Hay ocasiones en que los asuntos que a uno lo ocupan se vuelven de una inaguantable frivolidad. Esta es una de ellas. Cuando aún está en la retina la imagen de Aylan Kurdi, el niño sirio fotografiado muerto sobre una playa del Mediterráneo, y tomado en sus brazos por un guardia turco con un rostro que mezcla devoción y horror, cuidado y vergüenza, como si llevara con él una bomba a punto de estallar. Y sí, era una bomba.
Como escribió Juan Cruz en El País, "ahí yace, en esa playa, el mundo entero".
Ya no son africanos, a quienes tendemos a mirar como ajenos. Son personas iguales a cualquiera de nosotros, familias jóvenes con niños como Aylan, con sus rostros ajados por el terror, que saltan rejas, que caminan por líneas ferroviarias protegiendo sus pocas pertenencias, que corren desesperados para subirse a camiones o trenes y lograr lo que persiguen: entrar a Europa. Huyen de países con culturas milenarias que fueron la cuna de la civilización de la que formamos parte, hoy devorados por la muerte, el hambre y la falta de horizontes por efectos de una violencia en que se mezclan cuestiones políticas y religiosas. A pesar de sus desvencijados Estados de Bienestar, de su mediocre crecimiento económico y de sus tensiones políticas -creadas precisamente por la inmigración-, ellos buscan ser acogidos por Europa, que a sus ojos sigue siendo una tierra de oportunidades.
La crisis no afecta únicamente a Europa.

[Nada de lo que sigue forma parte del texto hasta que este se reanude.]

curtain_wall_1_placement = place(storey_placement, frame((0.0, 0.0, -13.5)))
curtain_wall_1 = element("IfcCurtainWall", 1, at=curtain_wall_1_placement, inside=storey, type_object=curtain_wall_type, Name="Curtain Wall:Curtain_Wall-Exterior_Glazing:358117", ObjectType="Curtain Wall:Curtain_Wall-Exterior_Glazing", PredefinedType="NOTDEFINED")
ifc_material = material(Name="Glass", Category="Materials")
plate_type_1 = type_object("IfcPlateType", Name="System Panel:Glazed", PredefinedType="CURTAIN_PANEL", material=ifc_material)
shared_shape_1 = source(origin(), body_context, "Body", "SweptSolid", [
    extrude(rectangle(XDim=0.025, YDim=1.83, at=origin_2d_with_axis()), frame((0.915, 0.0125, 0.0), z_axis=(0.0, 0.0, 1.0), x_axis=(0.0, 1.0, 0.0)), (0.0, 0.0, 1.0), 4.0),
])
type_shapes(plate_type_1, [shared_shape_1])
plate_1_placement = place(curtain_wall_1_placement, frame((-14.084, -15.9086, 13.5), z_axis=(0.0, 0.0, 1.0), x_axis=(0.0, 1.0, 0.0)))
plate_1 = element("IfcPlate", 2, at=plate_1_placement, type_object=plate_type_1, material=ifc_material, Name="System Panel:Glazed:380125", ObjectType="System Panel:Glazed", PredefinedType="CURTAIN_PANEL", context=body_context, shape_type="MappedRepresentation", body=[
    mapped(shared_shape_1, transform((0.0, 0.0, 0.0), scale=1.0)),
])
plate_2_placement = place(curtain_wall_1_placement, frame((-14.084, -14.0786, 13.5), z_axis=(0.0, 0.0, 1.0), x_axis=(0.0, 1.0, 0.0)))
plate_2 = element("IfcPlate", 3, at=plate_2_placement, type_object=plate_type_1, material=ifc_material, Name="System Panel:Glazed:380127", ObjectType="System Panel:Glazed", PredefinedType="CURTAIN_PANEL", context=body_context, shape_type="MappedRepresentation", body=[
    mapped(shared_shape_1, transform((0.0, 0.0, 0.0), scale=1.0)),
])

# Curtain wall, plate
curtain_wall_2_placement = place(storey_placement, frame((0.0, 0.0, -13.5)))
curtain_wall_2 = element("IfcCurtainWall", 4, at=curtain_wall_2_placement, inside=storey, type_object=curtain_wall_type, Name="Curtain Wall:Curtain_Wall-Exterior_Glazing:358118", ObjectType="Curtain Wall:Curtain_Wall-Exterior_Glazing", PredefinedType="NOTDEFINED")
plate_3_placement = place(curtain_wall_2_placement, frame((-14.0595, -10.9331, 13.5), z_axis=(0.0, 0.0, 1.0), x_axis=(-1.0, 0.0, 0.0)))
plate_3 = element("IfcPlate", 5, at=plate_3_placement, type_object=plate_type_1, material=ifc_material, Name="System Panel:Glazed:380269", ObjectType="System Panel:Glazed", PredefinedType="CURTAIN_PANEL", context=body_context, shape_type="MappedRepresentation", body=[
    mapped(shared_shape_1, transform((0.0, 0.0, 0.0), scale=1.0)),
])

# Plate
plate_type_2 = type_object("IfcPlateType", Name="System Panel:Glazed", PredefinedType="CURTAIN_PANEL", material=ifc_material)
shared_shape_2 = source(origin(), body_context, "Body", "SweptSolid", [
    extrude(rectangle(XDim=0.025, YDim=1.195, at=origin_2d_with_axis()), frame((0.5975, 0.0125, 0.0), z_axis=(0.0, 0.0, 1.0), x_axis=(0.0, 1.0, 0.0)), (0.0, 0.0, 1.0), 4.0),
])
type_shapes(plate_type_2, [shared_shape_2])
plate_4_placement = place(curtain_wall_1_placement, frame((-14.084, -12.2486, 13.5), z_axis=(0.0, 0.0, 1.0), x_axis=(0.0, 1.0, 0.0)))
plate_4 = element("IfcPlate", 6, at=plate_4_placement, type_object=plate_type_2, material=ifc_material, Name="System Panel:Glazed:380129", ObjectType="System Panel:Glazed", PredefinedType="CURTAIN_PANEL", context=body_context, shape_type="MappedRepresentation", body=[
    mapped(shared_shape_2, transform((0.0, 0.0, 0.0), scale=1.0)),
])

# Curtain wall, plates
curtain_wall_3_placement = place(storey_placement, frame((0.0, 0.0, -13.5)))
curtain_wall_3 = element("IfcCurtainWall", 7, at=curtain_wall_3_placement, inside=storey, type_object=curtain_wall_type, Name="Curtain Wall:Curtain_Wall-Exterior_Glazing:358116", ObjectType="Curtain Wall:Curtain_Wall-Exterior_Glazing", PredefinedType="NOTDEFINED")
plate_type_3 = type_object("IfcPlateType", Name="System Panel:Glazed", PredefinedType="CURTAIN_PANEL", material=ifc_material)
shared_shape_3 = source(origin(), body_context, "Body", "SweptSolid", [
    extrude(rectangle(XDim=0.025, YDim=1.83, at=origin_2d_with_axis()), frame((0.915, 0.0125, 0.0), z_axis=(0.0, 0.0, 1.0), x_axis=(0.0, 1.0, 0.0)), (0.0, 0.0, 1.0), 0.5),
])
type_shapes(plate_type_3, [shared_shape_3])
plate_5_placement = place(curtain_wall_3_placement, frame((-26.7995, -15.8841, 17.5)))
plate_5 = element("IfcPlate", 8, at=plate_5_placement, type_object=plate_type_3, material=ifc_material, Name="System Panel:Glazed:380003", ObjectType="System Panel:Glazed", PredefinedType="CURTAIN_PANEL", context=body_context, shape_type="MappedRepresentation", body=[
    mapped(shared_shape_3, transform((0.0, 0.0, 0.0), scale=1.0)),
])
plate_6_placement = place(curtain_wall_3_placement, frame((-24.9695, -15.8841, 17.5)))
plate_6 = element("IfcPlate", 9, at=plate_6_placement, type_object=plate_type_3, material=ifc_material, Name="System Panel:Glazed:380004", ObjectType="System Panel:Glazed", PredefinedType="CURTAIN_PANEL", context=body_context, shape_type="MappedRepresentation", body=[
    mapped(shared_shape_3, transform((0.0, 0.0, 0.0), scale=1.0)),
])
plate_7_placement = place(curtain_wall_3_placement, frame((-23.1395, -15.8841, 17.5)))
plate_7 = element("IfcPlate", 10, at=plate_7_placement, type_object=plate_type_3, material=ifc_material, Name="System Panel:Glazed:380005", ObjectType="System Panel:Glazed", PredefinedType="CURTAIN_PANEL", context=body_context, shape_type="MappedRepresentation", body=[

Se calculan en 310 mil los que buscan asilo en sus tierras; pero países mucho más pobres de la misma región, como Líbano, Jordania y Turquía, han tenido que recibir en los últimos años 3,5 millones de refugiados. Lo mismo sucede diariamente en África, donde naciones como Etiopía, Tanzania y Kenia han visto crecer abruptamente su población con la llegada de cientos de miles de refugiados que huyen de las guerras civiles en países colindantes. La propia Europa vivió algo semejante en la primera parte del siglo pasado, con los armenios, los africanos del norte y las migraciones intraeuropeas.
"El guardia hizo el gesto desesperado; pero antes del guardia fue el mundo el que no lo supo salvar", escribe Cruz. El mundo, sí, pero antes que nada Europa. ¿Qué hará ahora, cuando la fotografía de Aylan está lejos de apagarse? Ya no puede hacer como si esta fuera una crisis ajena, de la cual es posible aislarse robusteciendo fronteras, levantando muros, devolviendo a los que huyen, y subiendo el volumen para evitar remordimientos morales.

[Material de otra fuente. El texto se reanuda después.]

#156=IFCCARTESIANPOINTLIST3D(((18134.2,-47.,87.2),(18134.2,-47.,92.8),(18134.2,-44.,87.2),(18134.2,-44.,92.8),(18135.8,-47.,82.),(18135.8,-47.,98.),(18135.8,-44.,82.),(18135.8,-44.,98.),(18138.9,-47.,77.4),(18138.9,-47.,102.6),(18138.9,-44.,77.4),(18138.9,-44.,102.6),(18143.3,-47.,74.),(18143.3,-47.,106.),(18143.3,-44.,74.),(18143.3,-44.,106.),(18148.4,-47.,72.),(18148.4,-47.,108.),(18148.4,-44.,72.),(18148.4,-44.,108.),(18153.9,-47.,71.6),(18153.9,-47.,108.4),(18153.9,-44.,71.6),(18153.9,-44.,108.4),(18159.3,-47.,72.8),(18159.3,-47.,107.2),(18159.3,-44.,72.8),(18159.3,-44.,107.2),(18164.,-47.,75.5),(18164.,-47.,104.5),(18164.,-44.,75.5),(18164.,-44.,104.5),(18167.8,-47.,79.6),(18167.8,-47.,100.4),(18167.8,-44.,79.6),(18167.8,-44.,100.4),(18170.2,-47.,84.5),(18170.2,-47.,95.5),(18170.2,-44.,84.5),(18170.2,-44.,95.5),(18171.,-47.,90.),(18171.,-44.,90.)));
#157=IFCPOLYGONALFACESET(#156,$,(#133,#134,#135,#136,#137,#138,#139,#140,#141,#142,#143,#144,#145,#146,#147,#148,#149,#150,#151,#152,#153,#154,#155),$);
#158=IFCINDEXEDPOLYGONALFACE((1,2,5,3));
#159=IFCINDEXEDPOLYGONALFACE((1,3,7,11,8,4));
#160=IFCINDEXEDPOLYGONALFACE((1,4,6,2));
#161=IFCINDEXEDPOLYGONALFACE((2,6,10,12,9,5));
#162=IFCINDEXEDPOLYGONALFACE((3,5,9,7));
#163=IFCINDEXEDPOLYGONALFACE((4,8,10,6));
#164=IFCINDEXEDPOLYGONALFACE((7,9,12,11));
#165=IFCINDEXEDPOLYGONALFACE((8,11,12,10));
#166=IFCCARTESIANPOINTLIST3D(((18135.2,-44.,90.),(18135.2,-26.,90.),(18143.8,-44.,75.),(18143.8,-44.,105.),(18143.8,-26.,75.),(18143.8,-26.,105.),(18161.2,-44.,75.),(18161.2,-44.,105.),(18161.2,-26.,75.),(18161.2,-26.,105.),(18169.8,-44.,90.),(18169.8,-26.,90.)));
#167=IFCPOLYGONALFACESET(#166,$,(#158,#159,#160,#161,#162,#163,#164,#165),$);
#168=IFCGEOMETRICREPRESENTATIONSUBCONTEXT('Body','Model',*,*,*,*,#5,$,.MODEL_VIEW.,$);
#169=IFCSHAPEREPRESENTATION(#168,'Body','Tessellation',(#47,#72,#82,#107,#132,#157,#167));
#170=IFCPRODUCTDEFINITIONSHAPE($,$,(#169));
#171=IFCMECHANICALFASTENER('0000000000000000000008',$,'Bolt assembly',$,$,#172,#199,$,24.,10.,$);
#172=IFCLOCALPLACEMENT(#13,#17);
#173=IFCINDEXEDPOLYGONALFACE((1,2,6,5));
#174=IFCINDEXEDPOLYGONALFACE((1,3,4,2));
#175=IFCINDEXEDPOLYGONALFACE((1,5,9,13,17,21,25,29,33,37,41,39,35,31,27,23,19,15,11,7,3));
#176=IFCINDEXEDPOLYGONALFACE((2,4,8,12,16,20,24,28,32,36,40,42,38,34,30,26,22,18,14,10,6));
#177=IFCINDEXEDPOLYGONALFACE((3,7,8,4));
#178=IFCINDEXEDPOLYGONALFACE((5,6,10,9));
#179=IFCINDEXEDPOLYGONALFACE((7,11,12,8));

La nota la puso otra vez Angela Merkel: "Si Europa falla en la cuestión de los refugiados, si se quiebra este estrecho nexo con los derechos civiles universales, entonces esta no es la Europa que queríamos". François Hollande se ha pronunciado en el mismo sentido. Esto va de la mano de un notable giro en la opinión pública. Las imágenes de manifestaciones de grupos ultranacionalistas contra los refugiados han sido reemplazadas por escenas emocionantes, como la gente aplaudiendo espontáneamente su llegada en la estación de Múnich, o saliendo a los caminos para entregarles alimentos en Hungría, y recibir a cambio la sonrisa esperanzada de los recién llegados.
Han surgido numerosas opiniones para que Chile también ofrezca asilo a los que huyen. Hagámoslo sin dilación. Esto nos permitiría apreciar lo que tenemos y compartirlo, tal como antes muchos lo han hecho con nosotros. Y quizás unirnos en un común grito de resistencia ante el marasmo que amenaza con devorarnos, el de la indiferencia; ese propio de un mundo que, como escribiera Cruz, "no sabe salvar a los niños porque también desconoce cómo salvarse".